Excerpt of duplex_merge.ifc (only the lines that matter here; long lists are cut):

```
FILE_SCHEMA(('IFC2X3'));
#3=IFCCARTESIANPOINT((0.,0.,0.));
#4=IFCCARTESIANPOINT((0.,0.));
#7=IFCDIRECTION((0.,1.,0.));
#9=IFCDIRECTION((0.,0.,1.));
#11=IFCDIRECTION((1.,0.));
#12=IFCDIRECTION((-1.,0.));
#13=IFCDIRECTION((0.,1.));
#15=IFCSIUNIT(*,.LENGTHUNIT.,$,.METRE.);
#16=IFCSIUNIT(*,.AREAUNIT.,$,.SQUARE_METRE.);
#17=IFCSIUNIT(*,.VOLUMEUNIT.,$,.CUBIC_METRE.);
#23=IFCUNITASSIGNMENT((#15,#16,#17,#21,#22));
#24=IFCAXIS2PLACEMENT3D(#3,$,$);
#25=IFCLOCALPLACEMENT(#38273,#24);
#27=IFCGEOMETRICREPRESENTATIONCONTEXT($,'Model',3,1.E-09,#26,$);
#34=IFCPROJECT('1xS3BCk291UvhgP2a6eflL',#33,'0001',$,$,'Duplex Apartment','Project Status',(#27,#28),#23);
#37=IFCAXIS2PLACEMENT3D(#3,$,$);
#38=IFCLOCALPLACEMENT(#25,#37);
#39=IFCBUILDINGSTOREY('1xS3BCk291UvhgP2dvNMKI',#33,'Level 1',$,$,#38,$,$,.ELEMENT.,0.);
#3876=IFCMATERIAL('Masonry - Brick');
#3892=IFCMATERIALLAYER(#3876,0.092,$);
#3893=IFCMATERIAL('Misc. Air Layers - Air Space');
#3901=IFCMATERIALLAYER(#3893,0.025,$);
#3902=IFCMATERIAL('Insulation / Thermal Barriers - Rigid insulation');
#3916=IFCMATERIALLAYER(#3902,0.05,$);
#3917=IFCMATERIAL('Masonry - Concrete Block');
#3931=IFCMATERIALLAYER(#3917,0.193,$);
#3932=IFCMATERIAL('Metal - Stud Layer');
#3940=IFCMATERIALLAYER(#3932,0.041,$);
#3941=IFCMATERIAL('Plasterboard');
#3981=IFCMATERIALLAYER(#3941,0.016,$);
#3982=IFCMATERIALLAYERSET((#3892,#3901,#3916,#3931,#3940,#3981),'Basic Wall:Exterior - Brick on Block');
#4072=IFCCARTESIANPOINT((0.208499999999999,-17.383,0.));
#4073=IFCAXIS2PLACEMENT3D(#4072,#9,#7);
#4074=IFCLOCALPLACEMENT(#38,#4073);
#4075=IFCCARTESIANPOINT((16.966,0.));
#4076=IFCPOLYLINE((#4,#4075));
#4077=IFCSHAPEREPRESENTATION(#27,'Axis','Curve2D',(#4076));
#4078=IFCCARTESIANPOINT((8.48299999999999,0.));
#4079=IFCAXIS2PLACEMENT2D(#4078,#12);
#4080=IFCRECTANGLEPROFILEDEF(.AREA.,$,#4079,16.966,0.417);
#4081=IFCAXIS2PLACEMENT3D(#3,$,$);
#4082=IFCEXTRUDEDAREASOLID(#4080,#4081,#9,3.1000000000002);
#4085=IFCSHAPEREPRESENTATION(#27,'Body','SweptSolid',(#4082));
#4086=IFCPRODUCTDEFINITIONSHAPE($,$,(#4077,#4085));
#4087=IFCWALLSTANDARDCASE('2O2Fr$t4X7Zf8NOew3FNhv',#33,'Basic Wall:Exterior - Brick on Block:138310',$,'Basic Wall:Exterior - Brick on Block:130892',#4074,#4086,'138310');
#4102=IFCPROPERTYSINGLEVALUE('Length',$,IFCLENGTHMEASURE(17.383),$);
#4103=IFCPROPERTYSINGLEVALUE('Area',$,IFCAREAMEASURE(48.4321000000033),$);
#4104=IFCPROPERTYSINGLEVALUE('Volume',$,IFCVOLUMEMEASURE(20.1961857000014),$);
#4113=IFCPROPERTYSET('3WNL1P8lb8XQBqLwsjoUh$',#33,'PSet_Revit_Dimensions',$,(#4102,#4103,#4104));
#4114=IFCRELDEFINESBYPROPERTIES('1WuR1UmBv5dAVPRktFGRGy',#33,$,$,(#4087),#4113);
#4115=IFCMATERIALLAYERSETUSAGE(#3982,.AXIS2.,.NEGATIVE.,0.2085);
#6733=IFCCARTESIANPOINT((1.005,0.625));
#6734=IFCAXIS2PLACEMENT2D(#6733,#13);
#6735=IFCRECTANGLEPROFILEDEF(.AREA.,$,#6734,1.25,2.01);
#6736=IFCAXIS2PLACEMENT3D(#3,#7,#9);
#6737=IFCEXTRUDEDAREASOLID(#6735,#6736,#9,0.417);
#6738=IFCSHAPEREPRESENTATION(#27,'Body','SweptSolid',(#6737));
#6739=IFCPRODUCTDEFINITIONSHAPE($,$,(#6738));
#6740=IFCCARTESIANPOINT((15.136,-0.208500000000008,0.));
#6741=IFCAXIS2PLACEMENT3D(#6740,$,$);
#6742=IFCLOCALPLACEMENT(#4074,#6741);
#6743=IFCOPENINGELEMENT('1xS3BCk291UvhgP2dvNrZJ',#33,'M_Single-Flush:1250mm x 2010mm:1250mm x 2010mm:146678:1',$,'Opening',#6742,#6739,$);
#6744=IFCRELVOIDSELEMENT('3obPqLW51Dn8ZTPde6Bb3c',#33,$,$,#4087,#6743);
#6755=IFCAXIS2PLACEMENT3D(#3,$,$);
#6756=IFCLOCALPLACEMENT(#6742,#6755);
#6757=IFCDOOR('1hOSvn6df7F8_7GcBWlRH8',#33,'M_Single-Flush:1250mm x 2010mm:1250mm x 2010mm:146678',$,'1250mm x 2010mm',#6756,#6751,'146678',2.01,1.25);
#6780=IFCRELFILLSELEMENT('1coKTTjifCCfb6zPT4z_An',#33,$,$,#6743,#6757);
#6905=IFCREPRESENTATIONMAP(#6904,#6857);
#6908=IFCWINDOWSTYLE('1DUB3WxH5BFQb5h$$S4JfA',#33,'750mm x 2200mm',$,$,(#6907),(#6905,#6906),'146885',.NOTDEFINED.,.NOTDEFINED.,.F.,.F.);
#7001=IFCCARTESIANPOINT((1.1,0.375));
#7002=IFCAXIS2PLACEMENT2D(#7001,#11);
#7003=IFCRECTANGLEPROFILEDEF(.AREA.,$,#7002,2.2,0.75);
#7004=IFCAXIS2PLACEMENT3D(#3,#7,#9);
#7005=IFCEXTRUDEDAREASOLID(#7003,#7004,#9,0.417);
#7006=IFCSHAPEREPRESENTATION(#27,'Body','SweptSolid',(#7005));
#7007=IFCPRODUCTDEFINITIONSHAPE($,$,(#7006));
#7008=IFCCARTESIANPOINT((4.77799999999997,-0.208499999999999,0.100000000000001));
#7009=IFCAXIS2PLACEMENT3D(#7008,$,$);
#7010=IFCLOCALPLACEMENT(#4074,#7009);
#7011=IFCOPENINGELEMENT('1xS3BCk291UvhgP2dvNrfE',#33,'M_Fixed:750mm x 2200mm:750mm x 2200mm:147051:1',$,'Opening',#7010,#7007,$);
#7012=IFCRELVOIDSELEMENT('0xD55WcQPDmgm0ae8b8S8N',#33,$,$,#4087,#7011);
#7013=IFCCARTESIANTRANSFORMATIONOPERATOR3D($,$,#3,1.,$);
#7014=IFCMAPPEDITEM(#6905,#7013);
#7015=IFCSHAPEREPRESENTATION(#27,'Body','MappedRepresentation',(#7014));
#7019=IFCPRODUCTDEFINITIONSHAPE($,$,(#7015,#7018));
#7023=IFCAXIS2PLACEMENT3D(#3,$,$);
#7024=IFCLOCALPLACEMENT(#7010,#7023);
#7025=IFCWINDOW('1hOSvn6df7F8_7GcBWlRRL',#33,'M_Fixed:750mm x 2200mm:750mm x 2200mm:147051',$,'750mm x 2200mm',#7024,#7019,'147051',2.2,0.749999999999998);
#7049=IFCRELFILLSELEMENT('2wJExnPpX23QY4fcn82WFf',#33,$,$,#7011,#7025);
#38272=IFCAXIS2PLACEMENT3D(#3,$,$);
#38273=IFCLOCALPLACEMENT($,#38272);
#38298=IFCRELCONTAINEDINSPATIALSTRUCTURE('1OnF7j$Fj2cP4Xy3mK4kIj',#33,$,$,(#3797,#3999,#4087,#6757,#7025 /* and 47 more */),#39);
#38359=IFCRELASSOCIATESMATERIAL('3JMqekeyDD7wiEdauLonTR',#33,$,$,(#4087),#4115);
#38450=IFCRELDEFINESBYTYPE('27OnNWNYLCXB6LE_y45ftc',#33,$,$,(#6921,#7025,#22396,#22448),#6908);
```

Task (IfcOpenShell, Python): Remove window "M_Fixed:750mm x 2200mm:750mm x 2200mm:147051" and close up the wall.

```python
import ifcopenshell
import ifcopenshell.api.feature
import ifcopenshell.api.pset
import ifcopenshell.api.root
import ifcopenshell.geom
import ifcopenshell.util.element
import ifcopenshell.util.shape
import ifcopenshell.util.unit

model = ifcopenshell.open("duplex_merge.ifc")
area_scale = ifcopenshell.util.unit.calculate_unit_scale(model, "AREAUNIT")
volume_scale = ifcopenshell.util.unit.calculate_unit_scale(model, "VOLUMEUNIT")
settings = ifcopenshell.geom.settings()


def volume(element):
    """Net volume in cubic metres, openings subtracted."""
    shape = ifcopenshell.geom.create_shape(settings, element)
    return ifcopenshell.util.shape.get_volume(shape.geometry)


window = model.by_guid("1hOSvn6df7F8_7GcBWlRRL")
opening = window.FillsVoids[0].RelatingOpeningElement
wall = opening.VoidsElements[0].RelatingBuildingElement
before = volume(wall)

ifcopenshell.api.root.remove_product(model, product=window)
ifcopenshell.api.feature.remove_feature(model, feature=opening)

after = volume(wall)
thickness = 0.417  # wall thickness in metres

# Update the wall's stored quantities.
pset = model.by_id(ifcopenshell.util.element.get_pset(wall, "PSet_Revit_Dimensions", should_inherit=False)["id"])
ifcopenshell.api.pset.edit_pset(model, pset=pset, properties={
    "Area": model.create_entity("IfcAreaMeasure", after / thickness / area_scale),
    "Volume": model.create_entity("IfcVolumeMeasure", after / volume_scale),
})

print(f"wall volume {before:.3f} -> {after:.3f} m3")

model.write("duplex_merge_v2.ifc")
```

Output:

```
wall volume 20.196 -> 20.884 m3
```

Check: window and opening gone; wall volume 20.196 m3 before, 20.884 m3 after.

## TASK REQUIREMENTS
Reproduce each line of the records in which "IFCOPENINGELEMENT" appears.

## RESPONSE FOR THIS EXERCISE
#6743=IFCOPENINGELEMENT('1xS3BCk291UvhgP2dvNrZJ',#33,'M_Single-Flush:1250mm x 2010mm:1250mm x 2010mm:146678:1',$,'Opening',#6742,#6739,$);
#7011=IFCOPENINGELEMENT('1xS3BCk291UvhgP2dvNrfE',#33,'M_Fixed:750mm x 2200mm:750mm x 2200mm:147051:1',$,'Opening',#7010,#7007,$);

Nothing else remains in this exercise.